Section 3 Respect for Political Rights: The Right of Citizens to Change Their Government

Citizens had no genuine opportunity to change their government peacefully through the March elections. The elections were structured in a way that ensured that the NIF would retain control of the government and that its vision of national institutions, including ultimately a new constitution, would prevail. In June, 10 leading political figures sent a memorandum to President Bashir, addressing him merely as "Commander-in-Chief," which criticized the NIF and cited various NDA documents and resolutions. They urged that the "ruling authority" resign in favor of an interim administration. International human rights organizations reported that a number of political opponents of the Government (none signatory to the memorandum) were detained following release of the memorandum. In 1989 the RCC abolished all political parties and temporarily detained the major party leaders. In 1990 the RCC rejected both multiparty and one party systems, establishing 2 years later an entirely Government-appointed Transitional National Assembly, based on a Libyan-style political structure with ascending levels of nonpartisan assemblies. The essentially powerless appointed legislature was replaced following the March elections by an elected National Assembly, in which 125 of its 400 members were appointed from the National Convention. Opposition parties boycotted the election. The federal system of government was instituted in August 1995, and is slowly developing a structure of 26 states, which the Government sees as a possible inducement to the insurgents for accommodation through a principle of regional autonomy. Women are underrepresented in government and politics. There is one woman in the Cabinet, the Minister of Health. Women have the right to vote, and seats in the National Assembly are set aside for representatives of women's organizations and for female student representatives. There are 25 women in the National Assembly.

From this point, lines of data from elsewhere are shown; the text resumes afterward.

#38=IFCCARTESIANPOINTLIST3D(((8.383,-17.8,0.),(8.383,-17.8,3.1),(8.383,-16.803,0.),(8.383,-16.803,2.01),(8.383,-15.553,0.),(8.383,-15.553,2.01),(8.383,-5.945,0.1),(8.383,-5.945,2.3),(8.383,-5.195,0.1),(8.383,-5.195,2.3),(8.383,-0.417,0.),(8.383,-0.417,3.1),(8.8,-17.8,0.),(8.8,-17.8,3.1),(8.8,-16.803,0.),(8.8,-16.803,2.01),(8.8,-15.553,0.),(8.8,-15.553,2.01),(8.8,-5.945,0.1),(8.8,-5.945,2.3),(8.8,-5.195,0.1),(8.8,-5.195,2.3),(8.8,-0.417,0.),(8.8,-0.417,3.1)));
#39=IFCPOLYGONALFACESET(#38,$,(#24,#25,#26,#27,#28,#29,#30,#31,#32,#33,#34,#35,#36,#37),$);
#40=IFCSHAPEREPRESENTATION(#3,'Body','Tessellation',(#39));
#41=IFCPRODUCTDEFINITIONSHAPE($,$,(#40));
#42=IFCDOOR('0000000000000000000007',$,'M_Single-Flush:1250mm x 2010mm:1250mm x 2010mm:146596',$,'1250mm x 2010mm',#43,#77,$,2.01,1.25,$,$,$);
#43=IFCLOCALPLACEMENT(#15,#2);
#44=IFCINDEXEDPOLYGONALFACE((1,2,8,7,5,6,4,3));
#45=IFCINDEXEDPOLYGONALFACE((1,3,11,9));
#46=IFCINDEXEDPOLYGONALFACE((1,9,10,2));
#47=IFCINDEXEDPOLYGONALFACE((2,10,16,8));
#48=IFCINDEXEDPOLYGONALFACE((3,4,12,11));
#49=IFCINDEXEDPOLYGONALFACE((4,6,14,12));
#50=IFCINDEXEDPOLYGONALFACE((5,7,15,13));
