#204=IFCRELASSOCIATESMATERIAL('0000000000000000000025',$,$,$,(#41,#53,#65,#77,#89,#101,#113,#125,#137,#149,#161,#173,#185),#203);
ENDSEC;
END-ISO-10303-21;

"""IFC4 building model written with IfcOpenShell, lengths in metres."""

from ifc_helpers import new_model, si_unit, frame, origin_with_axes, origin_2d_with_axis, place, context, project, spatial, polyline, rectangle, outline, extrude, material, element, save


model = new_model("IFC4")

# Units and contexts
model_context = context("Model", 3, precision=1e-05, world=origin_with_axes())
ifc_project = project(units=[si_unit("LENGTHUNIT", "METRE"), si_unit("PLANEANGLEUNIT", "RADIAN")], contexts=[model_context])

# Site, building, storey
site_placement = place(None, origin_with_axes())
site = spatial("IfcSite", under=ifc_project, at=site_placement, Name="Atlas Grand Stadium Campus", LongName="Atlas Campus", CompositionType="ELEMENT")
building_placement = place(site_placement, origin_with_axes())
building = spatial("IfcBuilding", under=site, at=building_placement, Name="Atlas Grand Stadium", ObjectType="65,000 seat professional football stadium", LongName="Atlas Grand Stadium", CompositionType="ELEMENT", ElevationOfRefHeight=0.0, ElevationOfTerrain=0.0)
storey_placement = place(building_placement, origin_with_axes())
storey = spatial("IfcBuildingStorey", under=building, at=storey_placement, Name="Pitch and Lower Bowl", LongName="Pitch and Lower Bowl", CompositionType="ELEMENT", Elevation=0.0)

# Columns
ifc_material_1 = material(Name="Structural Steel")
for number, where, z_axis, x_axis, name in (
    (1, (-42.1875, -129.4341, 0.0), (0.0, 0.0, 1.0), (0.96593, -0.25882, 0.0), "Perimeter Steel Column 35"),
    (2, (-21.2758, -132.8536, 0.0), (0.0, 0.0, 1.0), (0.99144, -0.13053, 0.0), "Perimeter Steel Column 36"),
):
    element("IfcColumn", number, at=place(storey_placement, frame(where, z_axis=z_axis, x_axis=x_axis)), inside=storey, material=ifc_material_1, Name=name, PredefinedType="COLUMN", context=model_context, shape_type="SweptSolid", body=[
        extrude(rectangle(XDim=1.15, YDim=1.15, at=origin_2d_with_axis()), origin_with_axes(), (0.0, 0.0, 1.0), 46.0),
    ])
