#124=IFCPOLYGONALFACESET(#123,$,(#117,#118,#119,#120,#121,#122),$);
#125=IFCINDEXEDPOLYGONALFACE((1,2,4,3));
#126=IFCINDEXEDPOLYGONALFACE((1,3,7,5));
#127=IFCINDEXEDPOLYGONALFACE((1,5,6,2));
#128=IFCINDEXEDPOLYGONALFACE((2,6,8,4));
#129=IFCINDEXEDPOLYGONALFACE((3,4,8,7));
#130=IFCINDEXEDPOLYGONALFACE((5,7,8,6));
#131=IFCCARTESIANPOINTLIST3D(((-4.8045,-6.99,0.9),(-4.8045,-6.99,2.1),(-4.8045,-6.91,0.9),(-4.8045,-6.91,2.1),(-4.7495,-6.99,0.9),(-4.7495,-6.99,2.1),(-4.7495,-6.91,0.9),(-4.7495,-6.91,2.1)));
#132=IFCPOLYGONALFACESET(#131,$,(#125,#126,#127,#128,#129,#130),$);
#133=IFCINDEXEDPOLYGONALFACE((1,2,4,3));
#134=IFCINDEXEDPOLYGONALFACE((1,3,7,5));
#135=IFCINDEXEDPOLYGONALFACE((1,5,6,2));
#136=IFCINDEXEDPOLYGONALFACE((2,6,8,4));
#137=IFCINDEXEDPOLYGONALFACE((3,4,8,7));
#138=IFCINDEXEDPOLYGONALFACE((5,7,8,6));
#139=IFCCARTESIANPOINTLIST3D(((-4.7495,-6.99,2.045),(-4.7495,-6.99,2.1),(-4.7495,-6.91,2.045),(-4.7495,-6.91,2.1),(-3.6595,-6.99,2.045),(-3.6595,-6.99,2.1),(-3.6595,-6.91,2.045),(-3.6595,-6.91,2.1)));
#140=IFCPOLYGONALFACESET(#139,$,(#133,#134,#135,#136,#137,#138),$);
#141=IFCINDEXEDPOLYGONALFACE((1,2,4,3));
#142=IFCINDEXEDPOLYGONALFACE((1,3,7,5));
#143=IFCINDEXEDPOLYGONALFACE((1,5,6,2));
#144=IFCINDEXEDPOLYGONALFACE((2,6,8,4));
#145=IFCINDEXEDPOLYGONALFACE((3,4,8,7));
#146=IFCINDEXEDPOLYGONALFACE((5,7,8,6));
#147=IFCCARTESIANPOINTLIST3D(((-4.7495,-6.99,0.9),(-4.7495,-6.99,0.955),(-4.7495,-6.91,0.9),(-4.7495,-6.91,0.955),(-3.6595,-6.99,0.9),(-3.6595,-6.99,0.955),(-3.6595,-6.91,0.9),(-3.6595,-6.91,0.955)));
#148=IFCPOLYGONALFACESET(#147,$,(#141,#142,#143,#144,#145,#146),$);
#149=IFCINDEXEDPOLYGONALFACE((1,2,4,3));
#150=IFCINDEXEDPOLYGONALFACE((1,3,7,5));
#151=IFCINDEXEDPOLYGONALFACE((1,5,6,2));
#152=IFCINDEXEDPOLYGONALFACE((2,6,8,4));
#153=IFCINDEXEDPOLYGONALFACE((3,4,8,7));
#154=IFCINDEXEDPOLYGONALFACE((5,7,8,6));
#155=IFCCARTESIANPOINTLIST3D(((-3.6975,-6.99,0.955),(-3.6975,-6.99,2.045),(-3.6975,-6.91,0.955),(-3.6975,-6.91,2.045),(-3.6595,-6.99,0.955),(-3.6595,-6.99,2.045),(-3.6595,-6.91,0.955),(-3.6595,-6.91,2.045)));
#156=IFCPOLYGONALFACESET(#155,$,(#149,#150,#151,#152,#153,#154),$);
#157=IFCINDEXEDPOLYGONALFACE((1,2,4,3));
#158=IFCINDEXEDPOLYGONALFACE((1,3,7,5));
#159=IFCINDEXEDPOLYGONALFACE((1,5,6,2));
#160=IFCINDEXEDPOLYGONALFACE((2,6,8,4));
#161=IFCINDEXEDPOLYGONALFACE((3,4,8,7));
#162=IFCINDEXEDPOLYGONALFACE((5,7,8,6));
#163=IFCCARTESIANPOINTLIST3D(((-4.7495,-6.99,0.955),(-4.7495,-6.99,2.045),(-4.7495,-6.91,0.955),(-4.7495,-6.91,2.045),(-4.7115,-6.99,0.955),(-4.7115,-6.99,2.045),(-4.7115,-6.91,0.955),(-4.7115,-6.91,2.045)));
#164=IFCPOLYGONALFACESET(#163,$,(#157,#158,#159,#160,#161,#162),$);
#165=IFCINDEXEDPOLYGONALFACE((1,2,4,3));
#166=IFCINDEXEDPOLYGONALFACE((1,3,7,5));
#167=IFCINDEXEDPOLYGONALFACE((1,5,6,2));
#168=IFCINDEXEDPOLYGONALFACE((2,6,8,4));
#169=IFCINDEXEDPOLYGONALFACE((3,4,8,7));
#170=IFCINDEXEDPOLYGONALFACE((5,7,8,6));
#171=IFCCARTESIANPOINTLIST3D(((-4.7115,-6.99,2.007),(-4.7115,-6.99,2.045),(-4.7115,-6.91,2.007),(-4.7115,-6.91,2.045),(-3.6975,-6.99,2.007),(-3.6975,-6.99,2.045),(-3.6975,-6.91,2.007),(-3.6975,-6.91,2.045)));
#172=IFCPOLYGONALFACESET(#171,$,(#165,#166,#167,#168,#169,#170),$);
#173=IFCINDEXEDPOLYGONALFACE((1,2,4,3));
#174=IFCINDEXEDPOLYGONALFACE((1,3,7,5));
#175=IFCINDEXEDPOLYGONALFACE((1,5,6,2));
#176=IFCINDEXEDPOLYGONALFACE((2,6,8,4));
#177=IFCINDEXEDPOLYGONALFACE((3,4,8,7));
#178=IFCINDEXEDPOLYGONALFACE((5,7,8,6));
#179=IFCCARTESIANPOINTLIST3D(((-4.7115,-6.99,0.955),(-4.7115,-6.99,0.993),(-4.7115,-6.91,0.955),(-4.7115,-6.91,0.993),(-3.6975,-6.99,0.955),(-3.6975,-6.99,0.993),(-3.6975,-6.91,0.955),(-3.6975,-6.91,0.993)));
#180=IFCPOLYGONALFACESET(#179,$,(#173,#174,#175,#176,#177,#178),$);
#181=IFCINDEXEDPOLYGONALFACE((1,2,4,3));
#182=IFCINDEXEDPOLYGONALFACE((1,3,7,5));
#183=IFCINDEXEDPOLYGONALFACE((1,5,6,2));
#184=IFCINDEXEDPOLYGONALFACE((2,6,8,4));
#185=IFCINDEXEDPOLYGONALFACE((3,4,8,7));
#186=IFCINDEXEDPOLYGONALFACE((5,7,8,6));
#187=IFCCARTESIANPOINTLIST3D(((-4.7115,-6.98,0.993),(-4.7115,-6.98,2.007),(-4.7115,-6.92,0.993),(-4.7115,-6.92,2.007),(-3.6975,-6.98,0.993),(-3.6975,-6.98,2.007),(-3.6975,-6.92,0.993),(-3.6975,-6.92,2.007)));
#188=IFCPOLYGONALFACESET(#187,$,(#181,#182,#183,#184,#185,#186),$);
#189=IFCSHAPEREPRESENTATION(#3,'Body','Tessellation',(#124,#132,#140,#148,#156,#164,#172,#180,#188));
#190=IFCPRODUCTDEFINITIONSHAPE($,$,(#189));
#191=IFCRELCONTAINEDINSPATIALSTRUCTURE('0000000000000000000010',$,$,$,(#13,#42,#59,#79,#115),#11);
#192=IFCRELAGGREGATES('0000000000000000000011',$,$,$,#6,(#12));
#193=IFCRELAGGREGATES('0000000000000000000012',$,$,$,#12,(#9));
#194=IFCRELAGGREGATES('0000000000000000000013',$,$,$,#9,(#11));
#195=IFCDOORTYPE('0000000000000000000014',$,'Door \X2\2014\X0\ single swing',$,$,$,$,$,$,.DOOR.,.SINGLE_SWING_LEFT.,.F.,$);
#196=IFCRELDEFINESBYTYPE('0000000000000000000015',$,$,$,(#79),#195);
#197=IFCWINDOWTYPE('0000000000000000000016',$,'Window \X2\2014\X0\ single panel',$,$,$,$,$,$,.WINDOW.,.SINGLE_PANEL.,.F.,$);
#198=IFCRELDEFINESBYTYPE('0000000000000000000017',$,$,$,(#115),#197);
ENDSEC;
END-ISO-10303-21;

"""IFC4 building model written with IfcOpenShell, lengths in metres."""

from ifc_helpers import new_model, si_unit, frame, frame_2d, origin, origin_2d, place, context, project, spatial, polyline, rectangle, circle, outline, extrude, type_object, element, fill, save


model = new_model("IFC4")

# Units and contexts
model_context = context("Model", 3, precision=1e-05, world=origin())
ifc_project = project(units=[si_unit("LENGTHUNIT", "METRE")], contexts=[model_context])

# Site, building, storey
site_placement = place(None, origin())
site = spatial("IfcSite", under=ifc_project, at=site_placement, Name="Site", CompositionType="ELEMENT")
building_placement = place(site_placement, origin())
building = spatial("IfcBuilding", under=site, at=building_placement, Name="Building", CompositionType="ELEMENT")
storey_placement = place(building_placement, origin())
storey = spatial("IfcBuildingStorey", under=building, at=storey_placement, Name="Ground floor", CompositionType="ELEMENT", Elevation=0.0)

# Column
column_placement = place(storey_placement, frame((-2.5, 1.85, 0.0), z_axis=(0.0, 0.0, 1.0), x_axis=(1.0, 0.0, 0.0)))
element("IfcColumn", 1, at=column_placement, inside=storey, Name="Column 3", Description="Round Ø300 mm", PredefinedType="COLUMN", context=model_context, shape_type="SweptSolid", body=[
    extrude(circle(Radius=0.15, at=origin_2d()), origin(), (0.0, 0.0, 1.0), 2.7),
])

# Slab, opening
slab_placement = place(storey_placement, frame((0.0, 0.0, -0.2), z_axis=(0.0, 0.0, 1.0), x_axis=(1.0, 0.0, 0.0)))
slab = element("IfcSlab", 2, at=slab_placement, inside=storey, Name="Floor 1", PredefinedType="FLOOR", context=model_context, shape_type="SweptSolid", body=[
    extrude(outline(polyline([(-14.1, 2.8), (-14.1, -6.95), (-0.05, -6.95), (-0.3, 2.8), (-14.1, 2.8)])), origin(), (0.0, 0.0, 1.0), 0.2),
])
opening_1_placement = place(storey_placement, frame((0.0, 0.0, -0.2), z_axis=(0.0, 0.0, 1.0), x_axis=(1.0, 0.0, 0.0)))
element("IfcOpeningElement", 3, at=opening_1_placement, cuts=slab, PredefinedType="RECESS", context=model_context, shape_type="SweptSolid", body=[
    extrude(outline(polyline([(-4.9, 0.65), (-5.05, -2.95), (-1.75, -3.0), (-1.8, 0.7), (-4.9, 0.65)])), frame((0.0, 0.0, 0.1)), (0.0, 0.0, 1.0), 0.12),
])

Section 4 Governmental Attitude Regarding International and Nongovernmental Investigation of Alleged Violations of Human Rights

The Government began to implement international conventions and basic human rights practices. Previously it had vigorously sought to suppress domestic criticism on human rights issues. During the year, it resolved serious differences with U.N. Special Rapporteur Gaspar Biro, who visited in July. The Government also received the Rapporteur of the Committee on Religious Intolerance and invited the Rapporteur of the Committee on Freedom of Expression. Sudan's Human Rights Advisory Council, a government body whose rapporteur is the Solicitor General for Public Law, has taken an increasing role in addressing human rights issues within the Government. There are no human rights NGO's; however, individual human rights activists operate in anonymity.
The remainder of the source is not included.